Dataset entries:
• • • • • • •

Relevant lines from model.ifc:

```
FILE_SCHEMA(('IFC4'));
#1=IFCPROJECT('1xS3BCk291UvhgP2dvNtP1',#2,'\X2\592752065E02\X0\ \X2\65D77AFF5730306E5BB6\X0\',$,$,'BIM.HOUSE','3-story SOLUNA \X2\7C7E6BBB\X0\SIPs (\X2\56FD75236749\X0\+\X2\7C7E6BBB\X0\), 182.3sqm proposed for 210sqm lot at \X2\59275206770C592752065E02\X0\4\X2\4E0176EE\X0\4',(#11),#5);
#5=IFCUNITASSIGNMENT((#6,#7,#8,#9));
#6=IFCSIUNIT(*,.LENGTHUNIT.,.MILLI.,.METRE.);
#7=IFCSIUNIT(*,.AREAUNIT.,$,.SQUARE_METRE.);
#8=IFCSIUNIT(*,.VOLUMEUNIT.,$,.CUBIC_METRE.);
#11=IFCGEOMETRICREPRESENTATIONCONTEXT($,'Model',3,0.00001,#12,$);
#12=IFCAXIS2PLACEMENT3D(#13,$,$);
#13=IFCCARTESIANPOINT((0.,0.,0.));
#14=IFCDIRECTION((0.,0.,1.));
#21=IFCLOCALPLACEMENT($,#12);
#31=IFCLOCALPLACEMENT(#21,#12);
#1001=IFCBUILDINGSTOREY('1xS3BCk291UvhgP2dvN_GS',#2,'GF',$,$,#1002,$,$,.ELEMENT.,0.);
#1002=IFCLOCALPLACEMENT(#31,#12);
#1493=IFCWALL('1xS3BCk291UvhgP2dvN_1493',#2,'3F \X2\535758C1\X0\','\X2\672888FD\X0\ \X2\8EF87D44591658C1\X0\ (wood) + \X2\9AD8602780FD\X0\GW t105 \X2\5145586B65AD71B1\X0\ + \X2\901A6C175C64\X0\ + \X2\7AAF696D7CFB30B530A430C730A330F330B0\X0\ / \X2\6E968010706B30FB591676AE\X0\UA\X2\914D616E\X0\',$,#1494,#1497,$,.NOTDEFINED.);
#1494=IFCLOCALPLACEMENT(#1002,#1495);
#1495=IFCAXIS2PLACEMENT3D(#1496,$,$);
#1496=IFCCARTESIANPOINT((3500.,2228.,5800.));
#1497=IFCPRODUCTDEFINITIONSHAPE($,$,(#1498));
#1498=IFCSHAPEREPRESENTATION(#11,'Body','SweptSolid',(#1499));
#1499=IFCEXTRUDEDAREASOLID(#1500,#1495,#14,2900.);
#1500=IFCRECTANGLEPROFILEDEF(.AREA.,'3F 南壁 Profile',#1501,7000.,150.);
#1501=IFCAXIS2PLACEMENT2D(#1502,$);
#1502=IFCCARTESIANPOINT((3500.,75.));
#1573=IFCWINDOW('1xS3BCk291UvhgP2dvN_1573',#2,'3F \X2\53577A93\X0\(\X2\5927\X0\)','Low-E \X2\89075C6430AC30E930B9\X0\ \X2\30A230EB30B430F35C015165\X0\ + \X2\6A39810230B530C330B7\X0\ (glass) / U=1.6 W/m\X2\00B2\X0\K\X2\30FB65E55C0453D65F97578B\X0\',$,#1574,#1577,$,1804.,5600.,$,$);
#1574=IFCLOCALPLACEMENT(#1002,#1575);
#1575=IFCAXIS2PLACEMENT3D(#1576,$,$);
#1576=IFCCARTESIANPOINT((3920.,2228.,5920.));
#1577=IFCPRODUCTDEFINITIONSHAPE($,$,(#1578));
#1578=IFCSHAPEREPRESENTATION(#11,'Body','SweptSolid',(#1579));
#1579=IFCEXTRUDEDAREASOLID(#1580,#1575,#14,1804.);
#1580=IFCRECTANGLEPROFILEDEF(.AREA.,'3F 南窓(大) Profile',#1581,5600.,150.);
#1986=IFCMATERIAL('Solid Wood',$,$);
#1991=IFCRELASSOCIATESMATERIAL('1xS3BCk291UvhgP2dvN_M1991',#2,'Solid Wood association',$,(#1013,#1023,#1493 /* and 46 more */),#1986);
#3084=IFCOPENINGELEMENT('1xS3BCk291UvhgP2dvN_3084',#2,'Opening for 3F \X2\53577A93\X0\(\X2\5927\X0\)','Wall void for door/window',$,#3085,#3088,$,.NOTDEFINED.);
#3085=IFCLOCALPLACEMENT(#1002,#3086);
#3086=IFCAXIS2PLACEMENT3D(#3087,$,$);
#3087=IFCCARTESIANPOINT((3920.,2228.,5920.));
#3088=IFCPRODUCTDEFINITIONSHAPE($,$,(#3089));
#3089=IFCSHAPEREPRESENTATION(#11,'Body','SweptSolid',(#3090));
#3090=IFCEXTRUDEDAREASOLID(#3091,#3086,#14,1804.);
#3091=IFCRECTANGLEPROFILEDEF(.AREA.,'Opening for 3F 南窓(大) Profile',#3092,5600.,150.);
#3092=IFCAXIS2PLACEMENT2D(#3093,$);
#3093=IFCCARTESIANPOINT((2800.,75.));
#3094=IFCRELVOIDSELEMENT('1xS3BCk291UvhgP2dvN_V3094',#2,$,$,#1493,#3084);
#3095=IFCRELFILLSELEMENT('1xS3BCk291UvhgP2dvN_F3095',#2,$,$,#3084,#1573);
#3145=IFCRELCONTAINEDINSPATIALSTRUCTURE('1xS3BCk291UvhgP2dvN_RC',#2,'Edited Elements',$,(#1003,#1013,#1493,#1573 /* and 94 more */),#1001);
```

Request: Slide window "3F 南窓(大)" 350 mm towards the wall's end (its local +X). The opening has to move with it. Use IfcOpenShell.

```python
import ifcopenshell
import ifcopenshell.api.geometry
import ifcopenshell.util.placement
import ifcopenshell.util.unit

model = ifcopenshell.open("model.ifc")
unit_scale = ifcopenshell.util.unit.calculate_unit_scale(model)

window = model.by_guid("1xS3BCk291UvhgP2dvN_1573")
opening = window.FillsVoids[0].RelatingOpeningElement
wall = opening.VoidsElements[0].RelatingBuildingElement

wall_matrix = ifcopenshell.util.placement.get_local_placement(wall.ObjectPlacement)
shift = wall_matrix[:3, 0] * 0.35 / unit_scale
before = ifcopenshell.util.placement.get_local_placement(window.ObjectPlacement)[:3, 3].copy()

# The window is not placed relative to its opening, so move both.
for product in (opening, window):
    matrix = ifcopenshell.util.placement.get_local_placement(product.ObjectPlacement)
    matrix[:3, 3] += shift
    ifcopenshell.api.geometry.edit_object_placement(model, product=product, matrix=matrix, is_si=False)

after = ifcopenshell.util.placement.get_local_placement(window.ObjectPlacement)[:3, 3]
print("window moved by", (after - before).round(3) + 0.0)

model.write("model_edited.ifc")
```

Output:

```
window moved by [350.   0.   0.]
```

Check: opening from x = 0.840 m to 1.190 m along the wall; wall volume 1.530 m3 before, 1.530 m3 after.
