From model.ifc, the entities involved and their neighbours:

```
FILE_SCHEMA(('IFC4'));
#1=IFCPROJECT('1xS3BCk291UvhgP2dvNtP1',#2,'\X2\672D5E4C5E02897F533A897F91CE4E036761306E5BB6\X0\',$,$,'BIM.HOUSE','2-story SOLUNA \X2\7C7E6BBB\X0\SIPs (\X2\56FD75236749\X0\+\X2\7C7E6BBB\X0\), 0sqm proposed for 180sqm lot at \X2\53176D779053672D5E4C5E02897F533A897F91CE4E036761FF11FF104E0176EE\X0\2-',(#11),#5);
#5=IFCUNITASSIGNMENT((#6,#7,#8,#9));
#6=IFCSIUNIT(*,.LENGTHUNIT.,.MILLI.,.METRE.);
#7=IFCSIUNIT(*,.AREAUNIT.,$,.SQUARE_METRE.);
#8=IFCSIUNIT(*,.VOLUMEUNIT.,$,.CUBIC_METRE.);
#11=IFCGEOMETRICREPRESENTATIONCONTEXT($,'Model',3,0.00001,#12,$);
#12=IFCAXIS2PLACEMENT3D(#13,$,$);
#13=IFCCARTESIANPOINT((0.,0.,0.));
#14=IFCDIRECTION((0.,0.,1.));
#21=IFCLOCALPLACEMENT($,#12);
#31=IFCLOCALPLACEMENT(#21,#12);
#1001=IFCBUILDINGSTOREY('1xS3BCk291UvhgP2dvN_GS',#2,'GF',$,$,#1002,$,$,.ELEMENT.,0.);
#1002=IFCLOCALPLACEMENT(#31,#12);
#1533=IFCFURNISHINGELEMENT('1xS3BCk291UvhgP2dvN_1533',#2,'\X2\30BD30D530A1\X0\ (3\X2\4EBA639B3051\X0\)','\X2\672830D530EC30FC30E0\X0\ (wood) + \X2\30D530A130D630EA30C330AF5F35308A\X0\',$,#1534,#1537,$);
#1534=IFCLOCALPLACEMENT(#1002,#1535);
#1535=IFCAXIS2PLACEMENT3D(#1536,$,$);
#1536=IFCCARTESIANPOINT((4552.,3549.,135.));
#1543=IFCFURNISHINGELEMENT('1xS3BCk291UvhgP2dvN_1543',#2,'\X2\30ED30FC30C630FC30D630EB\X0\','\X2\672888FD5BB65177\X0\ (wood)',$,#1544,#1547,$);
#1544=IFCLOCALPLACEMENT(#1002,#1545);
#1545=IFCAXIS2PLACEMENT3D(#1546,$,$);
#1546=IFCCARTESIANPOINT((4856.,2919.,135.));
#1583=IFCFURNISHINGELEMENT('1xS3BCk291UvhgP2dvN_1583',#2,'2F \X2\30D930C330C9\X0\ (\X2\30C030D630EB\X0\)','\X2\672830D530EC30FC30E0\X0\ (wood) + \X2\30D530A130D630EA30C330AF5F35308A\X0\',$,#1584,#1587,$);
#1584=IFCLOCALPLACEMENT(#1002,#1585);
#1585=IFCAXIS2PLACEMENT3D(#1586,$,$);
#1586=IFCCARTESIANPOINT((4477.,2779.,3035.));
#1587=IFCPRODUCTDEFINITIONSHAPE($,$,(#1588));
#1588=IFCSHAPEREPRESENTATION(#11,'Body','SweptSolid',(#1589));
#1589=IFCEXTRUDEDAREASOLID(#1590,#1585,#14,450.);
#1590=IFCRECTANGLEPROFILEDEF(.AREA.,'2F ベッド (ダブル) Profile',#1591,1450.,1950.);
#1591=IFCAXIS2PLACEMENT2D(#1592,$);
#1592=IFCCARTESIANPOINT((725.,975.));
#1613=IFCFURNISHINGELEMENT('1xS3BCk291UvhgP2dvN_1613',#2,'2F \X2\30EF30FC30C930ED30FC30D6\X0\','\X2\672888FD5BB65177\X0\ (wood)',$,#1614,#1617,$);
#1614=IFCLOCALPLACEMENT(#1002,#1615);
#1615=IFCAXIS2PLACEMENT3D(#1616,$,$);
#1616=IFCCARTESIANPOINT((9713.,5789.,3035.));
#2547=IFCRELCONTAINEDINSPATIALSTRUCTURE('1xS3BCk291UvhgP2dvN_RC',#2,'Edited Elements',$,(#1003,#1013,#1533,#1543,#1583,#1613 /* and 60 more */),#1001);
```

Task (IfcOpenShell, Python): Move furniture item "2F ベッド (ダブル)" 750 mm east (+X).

```python
import ifcopenshell
import ifcopenshell.api.geometry
import ifcopenshell.util.placement

model = ifcopenshell.open("model.ifc")

item = model.by_guid("1xS3BCk291UvhgP2dvN_1583")
matrix = ifcopenshell.util.placement.get_local_placement(item.ObjectPlacement)
matrix[0, 3] += 750.0
ifcopenshell.api.geometry.edit_object_placement(model, product=item, matrix=matrix, is_si=False)

print(ifcopenshell.util.placement.get_local_placement(item.ObjectPlacement).round(3) + 0.0)

model.write("model_updated.ifc")
```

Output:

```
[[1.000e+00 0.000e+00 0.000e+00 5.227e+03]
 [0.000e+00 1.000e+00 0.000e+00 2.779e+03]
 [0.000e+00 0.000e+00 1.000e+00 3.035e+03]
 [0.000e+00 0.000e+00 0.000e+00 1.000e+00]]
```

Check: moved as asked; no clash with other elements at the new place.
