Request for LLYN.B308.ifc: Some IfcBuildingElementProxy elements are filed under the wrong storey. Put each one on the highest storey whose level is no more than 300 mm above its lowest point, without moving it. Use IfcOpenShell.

First a look at what the model holds.

```python
import ifcopenshell
import ifcopenshell.util.element
import ifcopenshell.util.placement

model = ifcopenshell.open("LLYN.B308.ifc")
print(model.schema)
for storey in model.by_type("IfcBuildingStorey"):
    level = ifcopenshell.util.placement.get_storey_elevation(storey)
    count = sum(e.is_a("IfcBuildingElementProxy") for e in ifcopenshell.util.element.get_contained(storey))
    print(storey.id(), storey.Name, round(level, 3), count, sep=" | ")
```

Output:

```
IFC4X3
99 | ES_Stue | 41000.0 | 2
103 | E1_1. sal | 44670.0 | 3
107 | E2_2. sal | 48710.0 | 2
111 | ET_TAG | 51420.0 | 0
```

```python
import ifcopenshell
import ifcopenshell.api.spatial
import ifcopenshell.geom
import ifcopenshell.util.element
import ifcopenshell.util.placement
import ifcopenshell.util.shape
import ifcopenshell.util.unit

model = ifcopenshell.open("LLYN.B308.ifc")
unit_scale = ifcopenshell.util.unit.calculate_unit_scale(model)
settings = ifcopenshell.geom.settings()

levels = sorted(
    ((ifcopenshell.util.placement.get_storey_elevation(s) * unit_scale, s) for s in model.by_type("IfcBuildingStorey")),
    key=lambda pair: pair[0],
)

for e in model.by_type("IfcBuildingElementProxy"):
    current = e.ContainedInStructure[0].RelatingStructure if e.ContainedInStructure else None
    if current is None or not current.is_a("IfcBuildingStorey"):
        continue
    shape = ifcopenshell.geom.create_shape(settings, e)
    bottom = ifcopenshell.util.shape.get_shape_bottom_elevation(shape, shape.geometry)
    below = [s for level, s in levels if level <= bottom + 0.3]
    storey = below[-1] if below else levels[0][1]
    if storey != current:
        # assign_container keeps the world position.
        ifcopenshell.api.spatial.assign_container(model, products=[e], relating_structure=storey)
        print(e.id(), current.Name, "->", storey.Name)

model.write("LLYN.B308_rev.ifc")
```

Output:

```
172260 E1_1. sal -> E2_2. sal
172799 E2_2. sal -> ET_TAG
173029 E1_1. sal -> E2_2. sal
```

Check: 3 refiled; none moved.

• • • • • • •

Task to complete:
Among the lines above, find those holding "story" and copy each one.

Written answer:
#1=IFCPROJECT('1xS3BCk291UvhgP2dvNtP1',#2,'\X2\592752065E02\X0\ \X2\65D77AFF5730306E5BB6\X0\',$,$,'BIM.HOUSE','3-story SOLUNA \X2\7C7E6BBB\X0\SIPs (\X2\56FD75236749\X0\+\X2\7C7E6BBB\X0\), 182.3sqm proposed for 210sqm lot at \X2\59275206770C592752065E02\X0\4\X2\4E0176EE\X0\4',(#11),#5);
#1=IFCPROJECT('1xS3BCk291UvhgP2dvNtP1',#2,'\X2\672D5E4C5E02897F533A897F91CE4E036761306E5BB6\X0\',$,$,'BIM.HOUSE','2-story SOLUNA \X2\7C7E6BBB\X0\SIPs (\X2\56FD75236749\X0\+\X2\7C7E6BBB\X0\), 0sqm proposed for 180sqm lot at \X2\53176D779053672D5E4C5E02897F533A897F91CE4E036761FF11FF104E0176EE\X0\2-',(#11),#5);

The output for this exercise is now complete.